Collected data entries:
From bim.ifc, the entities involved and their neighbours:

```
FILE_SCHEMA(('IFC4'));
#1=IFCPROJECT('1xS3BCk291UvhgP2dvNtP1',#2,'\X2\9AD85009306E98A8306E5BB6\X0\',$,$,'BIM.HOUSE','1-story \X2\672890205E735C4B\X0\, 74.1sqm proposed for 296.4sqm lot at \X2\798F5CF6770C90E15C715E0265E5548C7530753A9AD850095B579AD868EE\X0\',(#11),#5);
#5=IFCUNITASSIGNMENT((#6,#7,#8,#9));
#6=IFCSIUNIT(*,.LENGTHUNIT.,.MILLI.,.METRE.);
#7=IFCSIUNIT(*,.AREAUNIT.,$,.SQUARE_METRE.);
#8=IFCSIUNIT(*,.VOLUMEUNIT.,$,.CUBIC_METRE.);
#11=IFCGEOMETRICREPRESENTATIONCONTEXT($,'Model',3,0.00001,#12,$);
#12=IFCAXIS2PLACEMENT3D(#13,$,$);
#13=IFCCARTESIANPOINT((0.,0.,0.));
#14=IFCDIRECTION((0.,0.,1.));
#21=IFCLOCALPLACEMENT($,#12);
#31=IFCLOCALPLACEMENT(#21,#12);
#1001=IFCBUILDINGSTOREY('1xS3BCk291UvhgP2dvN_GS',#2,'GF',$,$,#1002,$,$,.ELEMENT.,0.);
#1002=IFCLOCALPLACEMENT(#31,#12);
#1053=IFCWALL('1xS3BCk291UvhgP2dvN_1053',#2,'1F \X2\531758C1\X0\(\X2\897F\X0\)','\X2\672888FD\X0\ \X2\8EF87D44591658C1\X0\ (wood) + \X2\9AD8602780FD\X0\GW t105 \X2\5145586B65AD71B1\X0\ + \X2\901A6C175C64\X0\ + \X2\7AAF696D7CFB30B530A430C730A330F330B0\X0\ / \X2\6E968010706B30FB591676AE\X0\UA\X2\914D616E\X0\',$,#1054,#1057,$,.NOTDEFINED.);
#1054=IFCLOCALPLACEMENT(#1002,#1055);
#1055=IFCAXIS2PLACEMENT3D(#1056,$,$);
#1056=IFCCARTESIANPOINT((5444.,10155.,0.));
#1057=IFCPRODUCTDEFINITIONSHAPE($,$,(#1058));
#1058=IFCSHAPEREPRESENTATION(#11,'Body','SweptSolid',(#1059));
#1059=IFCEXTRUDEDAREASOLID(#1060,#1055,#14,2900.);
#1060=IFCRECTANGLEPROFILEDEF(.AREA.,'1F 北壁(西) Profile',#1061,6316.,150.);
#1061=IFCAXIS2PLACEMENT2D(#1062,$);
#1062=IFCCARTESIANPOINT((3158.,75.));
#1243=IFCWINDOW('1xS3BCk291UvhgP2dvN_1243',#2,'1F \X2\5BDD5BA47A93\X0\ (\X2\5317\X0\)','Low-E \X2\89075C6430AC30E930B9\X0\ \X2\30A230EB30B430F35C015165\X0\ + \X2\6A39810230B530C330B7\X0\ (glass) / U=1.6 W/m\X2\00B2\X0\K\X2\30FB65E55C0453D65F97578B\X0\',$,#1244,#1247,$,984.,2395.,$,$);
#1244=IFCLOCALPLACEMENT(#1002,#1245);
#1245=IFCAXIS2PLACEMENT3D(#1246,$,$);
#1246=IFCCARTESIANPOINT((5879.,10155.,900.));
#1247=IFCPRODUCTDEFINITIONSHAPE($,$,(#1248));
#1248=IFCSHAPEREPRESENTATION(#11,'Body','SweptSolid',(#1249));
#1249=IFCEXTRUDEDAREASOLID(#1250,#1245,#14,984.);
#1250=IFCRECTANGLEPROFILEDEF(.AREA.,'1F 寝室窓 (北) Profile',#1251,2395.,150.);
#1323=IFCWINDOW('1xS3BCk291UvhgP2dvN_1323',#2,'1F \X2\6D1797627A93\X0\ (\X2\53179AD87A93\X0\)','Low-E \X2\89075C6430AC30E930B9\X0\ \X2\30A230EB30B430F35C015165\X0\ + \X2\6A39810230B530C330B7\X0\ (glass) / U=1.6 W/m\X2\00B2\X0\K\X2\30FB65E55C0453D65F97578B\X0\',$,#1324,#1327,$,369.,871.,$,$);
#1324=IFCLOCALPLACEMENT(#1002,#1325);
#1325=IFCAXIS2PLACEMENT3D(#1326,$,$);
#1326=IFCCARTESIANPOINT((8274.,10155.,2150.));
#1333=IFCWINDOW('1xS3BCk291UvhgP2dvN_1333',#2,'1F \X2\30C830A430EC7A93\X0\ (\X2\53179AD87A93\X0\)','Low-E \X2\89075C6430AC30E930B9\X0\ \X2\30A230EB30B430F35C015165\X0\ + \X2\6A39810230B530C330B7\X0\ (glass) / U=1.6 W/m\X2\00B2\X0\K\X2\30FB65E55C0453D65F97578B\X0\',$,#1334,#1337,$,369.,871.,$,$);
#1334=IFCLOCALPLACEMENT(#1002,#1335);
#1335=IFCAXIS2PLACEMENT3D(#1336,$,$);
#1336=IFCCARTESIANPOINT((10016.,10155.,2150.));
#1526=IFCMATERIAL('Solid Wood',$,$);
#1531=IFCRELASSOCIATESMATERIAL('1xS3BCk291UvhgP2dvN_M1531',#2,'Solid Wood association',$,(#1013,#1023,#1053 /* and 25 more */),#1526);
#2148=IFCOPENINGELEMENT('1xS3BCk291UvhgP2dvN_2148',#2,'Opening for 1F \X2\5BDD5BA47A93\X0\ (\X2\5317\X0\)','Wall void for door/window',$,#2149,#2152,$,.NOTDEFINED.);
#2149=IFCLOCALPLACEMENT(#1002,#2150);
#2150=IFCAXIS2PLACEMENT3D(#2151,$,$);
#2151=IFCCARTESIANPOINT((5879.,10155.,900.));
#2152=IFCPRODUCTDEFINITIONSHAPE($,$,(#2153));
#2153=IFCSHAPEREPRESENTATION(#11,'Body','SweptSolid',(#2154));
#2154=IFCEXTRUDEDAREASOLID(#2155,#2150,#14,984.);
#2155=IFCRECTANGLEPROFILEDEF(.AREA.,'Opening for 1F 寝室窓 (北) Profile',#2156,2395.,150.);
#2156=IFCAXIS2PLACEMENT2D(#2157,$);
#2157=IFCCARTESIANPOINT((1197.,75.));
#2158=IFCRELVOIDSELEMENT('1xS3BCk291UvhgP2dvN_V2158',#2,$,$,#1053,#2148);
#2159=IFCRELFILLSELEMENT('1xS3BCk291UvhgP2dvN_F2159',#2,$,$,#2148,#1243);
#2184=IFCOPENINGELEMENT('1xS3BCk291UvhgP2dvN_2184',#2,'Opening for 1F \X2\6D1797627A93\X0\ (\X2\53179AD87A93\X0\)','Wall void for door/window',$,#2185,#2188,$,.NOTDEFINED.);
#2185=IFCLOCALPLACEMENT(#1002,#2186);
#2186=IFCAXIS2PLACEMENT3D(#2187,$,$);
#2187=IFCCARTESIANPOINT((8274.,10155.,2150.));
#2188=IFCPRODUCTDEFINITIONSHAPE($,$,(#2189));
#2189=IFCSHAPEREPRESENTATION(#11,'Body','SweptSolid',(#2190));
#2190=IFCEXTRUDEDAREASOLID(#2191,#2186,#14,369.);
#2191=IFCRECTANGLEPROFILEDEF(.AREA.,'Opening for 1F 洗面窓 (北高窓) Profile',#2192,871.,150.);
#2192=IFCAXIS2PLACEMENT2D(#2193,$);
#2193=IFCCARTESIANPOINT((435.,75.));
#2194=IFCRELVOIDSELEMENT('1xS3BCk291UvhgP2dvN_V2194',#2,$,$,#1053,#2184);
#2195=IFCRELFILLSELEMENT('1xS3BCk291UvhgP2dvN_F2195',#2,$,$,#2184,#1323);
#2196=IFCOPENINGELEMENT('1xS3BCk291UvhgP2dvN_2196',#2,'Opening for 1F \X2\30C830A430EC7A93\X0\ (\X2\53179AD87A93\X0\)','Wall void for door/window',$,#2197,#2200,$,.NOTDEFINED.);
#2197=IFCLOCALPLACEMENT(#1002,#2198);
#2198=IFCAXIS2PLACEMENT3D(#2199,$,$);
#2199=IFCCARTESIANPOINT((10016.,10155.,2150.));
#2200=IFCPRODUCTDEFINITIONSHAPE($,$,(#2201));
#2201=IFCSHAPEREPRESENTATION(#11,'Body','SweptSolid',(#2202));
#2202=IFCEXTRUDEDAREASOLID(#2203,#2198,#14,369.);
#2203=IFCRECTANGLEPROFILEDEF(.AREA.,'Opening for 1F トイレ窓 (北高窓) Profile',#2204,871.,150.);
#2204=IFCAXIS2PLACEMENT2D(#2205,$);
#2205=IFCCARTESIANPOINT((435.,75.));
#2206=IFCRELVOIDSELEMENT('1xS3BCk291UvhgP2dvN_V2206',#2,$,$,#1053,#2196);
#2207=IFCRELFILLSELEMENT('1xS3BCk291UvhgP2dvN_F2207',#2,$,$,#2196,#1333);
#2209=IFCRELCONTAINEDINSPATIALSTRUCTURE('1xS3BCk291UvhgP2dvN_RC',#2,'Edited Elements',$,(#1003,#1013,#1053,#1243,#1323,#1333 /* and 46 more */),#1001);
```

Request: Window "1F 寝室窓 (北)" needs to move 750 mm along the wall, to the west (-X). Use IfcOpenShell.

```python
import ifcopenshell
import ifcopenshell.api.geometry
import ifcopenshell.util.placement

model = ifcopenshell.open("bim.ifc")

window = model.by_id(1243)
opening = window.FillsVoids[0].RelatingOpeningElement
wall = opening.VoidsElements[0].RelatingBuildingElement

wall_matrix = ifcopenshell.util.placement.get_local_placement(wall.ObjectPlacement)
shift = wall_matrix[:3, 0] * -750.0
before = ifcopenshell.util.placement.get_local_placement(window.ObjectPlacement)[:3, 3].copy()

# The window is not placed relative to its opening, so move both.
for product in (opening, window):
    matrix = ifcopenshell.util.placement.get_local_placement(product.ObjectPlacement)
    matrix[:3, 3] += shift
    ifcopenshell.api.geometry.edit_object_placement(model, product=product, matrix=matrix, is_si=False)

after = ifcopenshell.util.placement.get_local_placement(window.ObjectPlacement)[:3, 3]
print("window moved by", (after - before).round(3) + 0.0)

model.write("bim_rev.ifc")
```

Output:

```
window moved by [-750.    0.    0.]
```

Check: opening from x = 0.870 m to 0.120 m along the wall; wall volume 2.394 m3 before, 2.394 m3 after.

---

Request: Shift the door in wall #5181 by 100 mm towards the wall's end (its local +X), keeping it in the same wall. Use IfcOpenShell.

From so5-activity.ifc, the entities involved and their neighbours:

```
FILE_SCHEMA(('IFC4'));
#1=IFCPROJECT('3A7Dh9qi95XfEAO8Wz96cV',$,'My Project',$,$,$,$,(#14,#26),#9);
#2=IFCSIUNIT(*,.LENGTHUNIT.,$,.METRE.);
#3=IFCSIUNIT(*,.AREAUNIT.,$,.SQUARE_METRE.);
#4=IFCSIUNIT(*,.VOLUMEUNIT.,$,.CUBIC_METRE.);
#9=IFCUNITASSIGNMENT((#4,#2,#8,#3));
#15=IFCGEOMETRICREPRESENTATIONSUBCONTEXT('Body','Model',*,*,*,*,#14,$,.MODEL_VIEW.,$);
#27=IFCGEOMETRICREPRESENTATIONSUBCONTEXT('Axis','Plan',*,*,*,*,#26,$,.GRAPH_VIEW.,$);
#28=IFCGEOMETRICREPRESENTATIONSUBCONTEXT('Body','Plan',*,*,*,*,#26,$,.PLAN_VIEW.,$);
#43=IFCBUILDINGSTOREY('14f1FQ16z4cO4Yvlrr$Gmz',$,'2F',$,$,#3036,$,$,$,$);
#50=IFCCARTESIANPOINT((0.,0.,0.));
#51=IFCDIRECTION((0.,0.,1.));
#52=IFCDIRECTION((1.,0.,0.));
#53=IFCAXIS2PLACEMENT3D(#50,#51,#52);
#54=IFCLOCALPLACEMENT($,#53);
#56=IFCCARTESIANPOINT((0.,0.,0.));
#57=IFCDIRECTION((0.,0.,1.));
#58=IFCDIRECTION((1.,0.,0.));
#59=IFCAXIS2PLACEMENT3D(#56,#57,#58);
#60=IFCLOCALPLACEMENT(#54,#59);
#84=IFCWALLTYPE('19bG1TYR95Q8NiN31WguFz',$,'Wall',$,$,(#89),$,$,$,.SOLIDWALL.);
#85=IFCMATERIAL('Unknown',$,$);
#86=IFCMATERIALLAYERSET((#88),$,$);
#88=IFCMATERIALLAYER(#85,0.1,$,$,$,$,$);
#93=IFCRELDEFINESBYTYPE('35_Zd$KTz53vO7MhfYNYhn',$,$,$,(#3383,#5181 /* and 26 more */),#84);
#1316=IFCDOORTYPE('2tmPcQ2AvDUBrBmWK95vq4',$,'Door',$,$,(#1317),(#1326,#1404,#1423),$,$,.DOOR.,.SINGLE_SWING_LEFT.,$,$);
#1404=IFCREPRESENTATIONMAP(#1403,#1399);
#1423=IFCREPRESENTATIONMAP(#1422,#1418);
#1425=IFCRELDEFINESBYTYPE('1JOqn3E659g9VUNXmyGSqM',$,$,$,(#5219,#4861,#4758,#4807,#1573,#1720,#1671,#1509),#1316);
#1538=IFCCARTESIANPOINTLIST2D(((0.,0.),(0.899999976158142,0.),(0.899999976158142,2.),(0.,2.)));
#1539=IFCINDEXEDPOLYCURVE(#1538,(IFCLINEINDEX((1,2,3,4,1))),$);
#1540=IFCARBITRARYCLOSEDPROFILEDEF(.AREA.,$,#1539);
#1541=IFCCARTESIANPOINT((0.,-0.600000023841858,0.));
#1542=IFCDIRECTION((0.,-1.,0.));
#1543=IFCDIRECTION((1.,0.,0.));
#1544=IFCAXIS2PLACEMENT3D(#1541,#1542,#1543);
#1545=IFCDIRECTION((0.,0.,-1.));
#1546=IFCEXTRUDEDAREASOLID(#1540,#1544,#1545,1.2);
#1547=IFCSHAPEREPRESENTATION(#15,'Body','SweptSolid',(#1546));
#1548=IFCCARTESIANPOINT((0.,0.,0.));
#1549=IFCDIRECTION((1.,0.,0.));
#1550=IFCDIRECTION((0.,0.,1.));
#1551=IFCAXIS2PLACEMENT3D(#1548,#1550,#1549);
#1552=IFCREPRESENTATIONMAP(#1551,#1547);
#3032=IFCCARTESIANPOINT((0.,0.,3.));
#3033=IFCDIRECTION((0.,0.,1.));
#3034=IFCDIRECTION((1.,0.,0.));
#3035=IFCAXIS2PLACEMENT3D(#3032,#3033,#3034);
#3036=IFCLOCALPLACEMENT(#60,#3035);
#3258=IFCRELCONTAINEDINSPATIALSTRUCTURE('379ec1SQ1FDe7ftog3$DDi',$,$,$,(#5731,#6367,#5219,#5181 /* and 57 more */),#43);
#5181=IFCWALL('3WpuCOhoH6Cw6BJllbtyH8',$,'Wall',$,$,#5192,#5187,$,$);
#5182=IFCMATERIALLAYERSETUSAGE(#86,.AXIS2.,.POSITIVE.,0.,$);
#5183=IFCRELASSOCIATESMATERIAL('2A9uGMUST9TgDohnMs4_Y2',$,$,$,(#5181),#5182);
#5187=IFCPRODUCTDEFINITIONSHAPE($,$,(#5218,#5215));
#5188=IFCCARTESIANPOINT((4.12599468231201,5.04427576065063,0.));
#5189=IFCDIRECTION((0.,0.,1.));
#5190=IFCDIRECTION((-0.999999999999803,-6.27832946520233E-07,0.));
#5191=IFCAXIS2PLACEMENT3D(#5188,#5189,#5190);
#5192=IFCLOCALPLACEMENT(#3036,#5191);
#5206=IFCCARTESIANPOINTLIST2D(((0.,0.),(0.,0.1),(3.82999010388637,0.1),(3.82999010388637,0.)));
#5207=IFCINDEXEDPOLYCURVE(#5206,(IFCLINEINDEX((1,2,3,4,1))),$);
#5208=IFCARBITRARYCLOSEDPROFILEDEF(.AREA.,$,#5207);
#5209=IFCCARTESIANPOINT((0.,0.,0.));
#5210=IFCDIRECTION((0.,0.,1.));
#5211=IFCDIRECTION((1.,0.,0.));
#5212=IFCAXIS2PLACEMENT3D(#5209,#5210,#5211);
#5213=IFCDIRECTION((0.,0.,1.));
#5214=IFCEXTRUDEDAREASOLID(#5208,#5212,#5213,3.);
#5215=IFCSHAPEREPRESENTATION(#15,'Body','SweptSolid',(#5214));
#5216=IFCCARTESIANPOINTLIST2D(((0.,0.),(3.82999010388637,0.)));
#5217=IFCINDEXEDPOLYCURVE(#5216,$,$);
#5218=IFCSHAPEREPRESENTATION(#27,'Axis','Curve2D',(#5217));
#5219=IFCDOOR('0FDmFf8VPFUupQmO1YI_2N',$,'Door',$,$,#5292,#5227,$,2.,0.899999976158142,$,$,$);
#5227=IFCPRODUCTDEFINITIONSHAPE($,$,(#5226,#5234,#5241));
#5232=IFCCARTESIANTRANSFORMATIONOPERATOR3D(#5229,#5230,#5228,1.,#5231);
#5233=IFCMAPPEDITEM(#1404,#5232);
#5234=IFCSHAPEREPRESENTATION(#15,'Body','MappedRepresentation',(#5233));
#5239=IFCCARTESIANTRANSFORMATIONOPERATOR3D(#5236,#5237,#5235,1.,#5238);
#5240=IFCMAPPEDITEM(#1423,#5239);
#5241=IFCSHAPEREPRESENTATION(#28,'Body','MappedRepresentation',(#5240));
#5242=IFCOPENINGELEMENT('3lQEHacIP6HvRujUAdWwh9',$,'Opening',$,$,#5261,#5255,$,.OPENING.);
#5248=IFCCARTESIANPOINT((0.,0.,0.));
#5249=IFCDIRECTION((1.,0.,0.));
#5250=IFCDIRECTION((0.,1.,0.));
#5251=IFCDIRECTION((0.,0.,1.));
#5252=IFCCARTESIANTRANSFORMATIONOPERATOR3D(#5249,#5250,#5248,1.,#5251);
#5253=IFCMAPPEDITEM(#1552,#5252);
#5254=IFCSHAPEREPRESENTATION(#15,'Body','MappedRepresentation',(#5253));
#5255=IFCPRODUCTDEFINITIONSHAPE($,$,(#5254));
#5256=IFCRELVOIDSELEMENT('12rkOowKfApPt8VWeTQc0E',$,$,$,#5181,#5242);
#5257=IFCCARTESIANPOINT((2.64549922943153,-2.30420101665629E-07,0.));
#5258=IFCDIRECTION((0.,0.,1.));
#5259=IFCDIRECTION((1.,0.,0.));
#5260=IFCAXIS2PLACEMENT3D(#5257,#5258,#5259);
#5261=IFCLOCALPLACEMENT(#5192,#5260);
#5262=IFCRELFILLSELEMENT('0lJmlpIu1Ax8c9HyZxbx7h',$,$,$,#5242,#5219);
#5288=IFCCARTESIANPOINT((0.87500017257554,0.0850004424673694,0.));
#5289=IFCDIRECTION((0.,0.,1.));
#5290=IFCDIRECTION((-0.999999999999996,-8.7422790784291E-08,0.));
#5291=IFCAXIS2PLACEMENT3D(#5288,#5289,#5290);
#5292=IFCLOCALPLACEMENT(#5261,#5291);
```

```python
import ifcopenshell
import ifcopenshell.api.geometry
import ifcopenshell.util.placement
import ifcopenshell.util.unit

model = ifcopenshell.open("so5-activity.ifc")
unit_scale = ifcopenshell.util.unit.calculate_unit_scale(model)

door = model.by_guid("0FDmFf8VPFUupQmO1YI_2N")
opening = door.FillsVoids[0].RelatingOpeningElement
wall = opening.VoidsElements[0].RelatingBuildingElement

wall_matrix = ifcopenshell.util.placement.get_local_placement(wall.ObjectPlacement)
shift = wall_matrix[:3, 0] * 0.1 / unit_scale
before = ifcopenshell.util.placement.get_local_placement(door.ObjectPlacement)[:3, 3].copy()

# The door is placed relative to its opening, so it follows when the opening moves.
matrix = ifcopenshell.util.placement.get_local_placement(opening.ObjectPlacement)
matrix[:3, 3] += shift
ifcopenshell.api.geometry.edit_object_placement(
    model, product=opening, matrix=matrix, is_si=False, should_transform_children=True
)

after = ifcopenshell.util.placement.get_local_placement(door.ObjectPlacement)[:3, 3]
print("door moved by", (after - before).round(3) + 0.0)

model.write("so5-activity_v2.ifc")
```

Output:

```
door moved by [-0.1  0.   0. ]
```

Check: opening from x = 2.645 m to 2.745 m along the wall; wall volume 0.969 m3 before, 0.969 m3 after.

--

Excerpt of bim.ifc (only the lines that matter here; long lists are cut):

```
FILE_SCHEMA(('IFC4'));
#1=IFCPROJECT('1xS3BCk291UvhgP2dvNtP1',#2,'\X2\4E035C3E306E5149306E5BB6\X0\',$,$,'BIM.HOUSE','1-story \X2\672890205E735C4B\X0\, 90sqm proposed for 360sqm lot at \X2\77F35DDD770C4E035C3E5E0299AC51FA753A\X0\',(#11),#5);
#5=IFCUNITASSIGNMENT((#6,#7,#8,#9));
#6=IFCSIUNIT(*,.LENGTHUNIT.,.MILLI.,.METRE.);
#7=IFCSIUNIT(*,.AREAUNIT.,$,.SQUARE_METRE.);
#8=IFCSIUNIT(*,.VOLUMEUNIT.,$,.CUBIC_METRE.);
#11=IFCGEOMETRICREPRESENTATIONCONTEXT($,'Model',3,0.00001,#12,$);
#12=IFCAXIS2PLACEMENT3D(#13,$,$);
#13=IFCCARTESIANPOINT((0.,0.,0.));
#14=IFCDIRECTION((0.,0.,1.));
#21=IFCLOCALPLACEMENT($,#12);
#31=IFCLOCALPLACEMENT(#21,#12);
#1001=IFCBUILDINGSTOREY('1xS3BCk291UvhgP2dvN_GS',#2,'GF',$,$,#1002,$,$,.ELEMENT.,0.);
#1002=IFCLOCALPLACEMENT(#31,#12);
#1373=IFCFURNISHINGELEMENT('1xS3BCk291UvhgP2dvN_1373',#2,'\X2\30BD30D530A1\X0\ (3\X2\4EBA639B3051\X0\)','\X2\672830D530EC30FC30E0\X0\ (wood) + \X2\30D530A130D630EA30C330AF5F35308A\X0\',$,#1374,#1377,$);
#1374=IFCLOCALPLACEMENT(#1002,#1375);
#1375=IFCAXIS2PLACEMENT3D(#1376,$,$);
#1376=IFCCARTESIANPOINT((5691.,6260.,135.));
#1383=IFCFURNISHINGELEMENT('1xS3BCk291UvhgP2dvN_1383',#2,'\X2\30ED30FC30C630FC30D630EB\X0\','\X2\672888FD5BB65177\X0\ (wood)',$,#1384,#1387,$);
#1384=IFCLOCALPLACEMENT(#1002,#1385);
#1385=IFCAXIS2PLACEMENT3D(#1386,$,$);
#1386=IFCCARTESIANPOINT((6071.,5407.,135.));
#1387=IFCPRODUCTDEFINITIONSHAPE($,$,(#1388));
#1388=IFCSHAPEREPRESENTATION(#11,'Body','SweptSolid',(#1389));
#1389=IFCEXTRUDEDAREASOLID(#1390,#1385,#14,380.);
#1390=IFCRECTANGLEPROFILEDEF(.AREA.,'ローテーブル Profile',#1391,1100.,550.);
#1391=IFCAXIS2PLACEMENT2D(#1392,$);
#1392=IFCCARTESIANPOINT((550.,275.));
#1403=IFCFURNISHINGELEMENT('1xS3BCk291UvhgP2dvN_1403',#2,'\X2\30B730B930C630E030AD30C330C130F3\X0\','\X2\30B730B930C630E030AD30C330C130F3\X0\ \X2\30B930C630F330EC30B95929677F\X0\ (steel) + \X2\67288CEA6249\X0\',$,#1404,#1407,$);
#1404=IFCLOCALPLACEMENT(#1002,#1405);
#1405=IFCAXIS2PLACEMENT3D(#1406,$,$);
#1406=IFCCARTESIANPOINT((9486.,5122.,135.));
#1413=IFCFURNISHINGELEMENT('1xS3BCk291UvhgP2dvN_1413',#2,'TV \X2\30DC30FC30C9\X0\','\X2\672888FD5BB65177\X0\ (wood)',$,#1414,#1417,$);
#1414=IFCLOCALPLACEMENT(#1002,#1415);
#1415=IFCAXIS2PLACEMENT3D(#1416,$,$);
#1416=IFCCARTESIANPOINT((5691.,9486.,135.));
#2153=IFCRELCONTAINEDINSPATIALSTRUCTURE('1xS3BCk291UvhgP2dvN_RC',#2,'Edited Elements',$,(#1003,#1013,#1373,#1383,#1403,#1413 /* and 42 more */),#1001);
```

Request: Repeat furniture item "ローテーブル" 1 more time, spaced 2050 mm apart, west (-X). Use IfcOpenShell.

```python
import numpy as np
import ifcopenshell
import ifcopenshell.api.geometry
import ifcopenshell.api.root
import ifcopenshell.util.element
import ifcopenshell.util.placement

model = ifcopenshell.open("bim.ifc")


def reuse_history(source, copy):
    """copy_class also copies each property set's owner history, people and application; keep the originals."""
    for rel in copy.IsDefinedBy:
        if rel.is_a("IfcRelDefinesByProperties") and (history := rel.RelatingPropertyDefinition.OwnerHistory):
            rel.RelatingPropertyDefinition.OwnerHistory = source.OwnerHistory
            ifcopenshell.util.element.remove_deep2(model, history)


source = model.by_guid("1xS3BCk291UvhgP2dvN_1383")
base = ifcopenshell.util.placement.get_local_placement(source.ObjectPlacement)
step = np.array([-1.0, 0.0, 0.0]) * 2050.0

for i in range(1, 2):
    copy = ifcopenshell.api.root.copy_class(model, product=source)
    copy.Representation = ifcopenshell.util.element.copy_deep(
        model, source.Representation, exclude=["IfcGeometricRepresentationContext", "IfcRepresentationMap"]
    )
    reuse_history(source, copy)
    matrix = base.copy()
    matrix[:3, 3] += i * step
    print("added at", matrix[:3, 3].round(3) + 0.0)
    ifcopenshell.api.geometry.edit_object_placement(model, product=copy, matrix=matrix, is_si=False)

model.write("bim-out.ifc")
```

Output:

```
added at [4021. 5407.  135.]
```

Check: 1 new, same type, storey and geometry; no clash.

> **ACTIVITY**:
Copy out each line of the data that has the word "IFCRELFILLSELEMENT" in it.

> **EXERCISE RESULT**:
#2159=IFCRELFILLSELEMENT('1xS3BCk291UvhgP2dvN_F2159',#2,$,$,#2148,#1243);
#2195=IFCRELFILLSELEMENT('1xS3BCk291UvhgP2dvN_F2195',#2,$,$,#2184,#1323);
#2207=IFCRELFILLSELEMENT('1xS3BCk291UvhgP2dvN_F2207',#2,$,$,#2196,#1333);
#5262=IFCRELFILLSELEMENT('0lJmlpIu1Ax8c9HyZxbx7h',$,$,$,#5242,#5219);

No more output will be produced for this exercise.